I appreciate the quick reply and commiseration. 

While I can do that in my own home, it makes me newly worried about taking her for overnights in the homes of friends and family. I don't want them to have to adjust their behavior in their own houses for my dog. It doesn't seem fair. Ideally, I'd like to find a way to train her out of it.


----------



## laurab18293 (Oct 6, 2021)

I've noticed with my golden, she gets into stuff when I'm not home cause she anxious and she is bored. Maybe when you bring her to overnights with friends just make sure she is exercised before to get any energy out and bring a favorite chew toy with you. This way she will have something familiar with her and also she will have something positive to chew on opposed to your friends things or trash. This is just something I would do, I am not an expert.


----------



## Oceanside (Mar 29, 2021)

AlexinBK said:


> I appreciate the quick reply and commiseration.
> 
> While I can do that in my own home, it makes me newly worried about taking her for overnights in the homes of friends and family. I don't want them to have to adjust their behavior in their own houses for my dog. It doesn't seem fair. Ideally, I'd like to find a way to train her out of it.
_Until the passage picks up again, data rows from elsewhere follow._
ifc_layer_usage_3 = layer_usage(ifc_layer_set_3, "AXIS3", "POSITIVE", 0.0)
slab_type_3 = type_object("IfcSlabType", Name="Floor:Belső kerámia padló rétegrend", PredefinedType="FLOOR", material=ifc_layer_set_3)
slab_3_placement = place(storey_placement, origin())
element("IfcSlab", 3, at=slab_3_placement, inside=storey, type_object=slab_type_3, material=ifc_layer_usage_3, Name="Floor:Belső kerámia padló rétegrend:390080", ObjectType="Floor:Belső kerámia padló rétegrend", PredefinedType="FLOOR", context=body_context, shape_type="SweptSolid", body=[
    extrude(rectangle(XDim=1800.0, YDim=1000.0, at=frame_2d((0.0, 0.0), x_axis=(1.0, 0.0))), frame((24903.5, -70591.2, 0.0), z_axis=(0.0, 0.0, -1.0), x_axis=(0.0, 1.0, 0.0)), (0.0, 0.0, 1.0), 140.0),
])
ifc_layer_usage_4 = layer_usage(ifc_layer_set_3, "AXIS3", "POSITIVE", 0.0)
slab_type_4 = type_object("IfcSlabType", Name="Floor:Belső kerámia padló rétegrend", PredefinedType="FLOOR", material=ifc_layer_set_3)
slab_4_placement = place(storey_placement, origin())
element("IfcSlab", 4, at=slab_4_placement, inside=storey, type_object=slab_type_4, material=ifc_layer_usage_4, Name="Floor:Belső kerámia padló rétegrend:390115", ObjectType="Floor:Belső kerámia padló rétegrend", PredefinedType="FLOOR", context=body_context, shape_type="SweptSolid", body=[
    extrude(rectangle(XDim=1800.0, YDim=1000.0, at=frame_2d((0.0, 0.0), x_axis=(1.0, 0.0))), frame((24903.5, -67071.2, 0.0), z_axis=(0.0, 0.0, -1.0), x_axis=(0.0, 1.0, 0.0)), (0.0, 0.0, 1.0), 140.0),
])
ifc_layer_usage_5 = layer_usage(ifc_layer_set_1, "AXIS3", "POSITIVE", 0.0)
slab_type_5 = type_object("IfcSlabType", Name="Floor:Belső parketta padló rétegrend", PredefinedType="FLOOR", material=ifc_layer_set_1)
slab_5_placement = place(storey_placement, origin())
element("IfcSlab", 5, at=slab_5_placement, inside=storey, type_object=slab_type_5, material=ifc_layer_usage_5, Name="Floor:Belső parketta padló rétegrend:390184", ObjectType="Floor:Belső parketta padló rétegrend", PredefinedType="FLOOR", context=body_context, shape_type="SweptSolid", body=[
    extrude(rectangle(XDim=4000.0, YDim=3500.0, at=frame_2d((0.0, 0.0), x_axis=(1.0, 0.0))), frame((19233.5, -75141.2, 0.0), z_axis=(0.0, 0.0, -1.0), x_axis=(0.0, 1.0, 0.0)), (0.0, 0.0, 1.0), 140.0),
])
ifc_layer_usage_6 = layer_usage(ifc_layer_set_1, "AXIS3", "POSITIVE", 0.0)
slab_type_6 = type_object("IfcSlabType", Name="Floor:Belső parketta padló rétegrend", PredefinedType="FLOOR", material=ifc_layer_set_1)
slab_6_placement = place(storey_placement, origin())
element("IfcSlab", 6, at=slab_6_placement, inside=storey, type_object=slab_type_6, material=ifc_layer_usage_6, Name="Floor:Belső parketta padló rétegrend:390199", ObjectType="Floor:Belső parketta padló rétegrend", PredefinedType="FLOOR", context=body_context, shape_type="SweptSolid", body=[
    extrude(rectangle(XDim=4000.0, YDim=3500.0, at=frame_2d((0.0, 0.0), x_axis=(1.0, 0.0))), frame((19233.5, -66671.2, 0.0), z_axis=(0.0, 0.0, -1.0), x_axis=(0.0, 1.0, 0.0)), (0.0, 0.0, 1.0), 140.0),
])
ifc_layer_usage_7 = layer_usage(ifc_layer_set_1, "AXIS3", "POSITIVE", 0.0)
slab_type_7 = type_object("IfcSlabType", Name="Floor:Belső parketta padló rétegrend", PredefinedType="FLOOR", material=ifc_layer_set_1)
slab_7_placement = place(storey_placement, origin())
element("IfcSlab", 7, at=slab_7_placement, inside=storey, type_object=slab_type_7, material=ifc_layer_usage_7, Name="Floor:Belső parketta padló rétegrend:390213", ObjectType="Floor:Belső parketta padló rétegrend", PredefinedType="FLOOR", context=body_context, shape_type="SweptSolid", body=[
That I can definitely understand, although I will mention that when left alone in a new environment, some dogs will do things they won’t normally do, out of anxiety or stress. So even if you are able train the behavior away in your home, which would be great, I wouldn’t totally trust it right away in a new environment, but that may depend on the dog. Last time I stayed at someone’s house with my dog, which was many years ago, I brought an ex-pen for when we left the house. Or you can leave her in your bedroom with the door closed. Agree with the above answer about lots of exercise — very important.


----------



## ArkansasGold (Dec 7, 2017)

The courteous thing to do when staying in others’ homes is to bring a crate and put the dog in a crate when you’re not there. If my dogs start getting into things when we’re not home, we start crating them again for a few weeks. They usually get the point pretty quickly. Freedom is earned in our house. Lol


----------



## GoldenDude (Nov 5, 2016)

I don't have this problem. I crate my dogs when I'm not at home. They view their crates as their sanctuary so we are both comforted by knowing they are in their crates when home alone.


----------



## zinnia (7 mo ago)

Agree with the others’ advice. What about giving her something to work on when she’s by herself? Stuffed kongs, treat-dispensing ball, soothing lickimat. Might help with boredom/anxiety. I’m no trainer, but I think you’d either need to catch her in the act and correct her or start training “leave it” with trash cans and paper products.


----------



## Prism Goldens (May 27, 2011)

I'd change my behavior- bathroom garbage is very attractive to dogs once they've discovered it- and some bathroom trash is extremely dangerous if ingested- long lengths of floss or tampons come to mind.


----------



## DblTrblGolden2 (Aug 22, 2018)

I have small bathroom trash cans with lids. You push down and they pop open. Pick your battles, but also as @Prism Goldens mentioned safety


----------



## SRW (Dec 21, 2018)




----------



## SRW (Dec 21, 2018)

SRW said:


> View attachment 894410


I guess I should point out that the dog goes in here, not the trash.


----------



## Hildae (Aug 15, 2012)

AlexinBK said:


> I appreciate the quick reply and commiseration.
> 
> While I can do that in my own home, it makes me newly worried about taking her for overnights in the homes of friends and family. I don't want them to have to adjust their behavior in their own houses for my dog. It doesn't seem fair. Ideally, I'd like to find a way to train her out of it.





ArkansasGold said:


> The courteous thing to do when staying in others’ homes is to bring a crate and put the dog in a crate when you’re not there. If my dogs start getting into things when we’re not home, we start crating them again for a few weeks. They usually get the point pretty quickly. Freedom is earned in our house. Lol





GoldenDude said:


> I don't have this problem. I crate my dogs when I'm not at home. They view their crates as their sanctuary so we are both comforted by knowing they are in their crates when home alone.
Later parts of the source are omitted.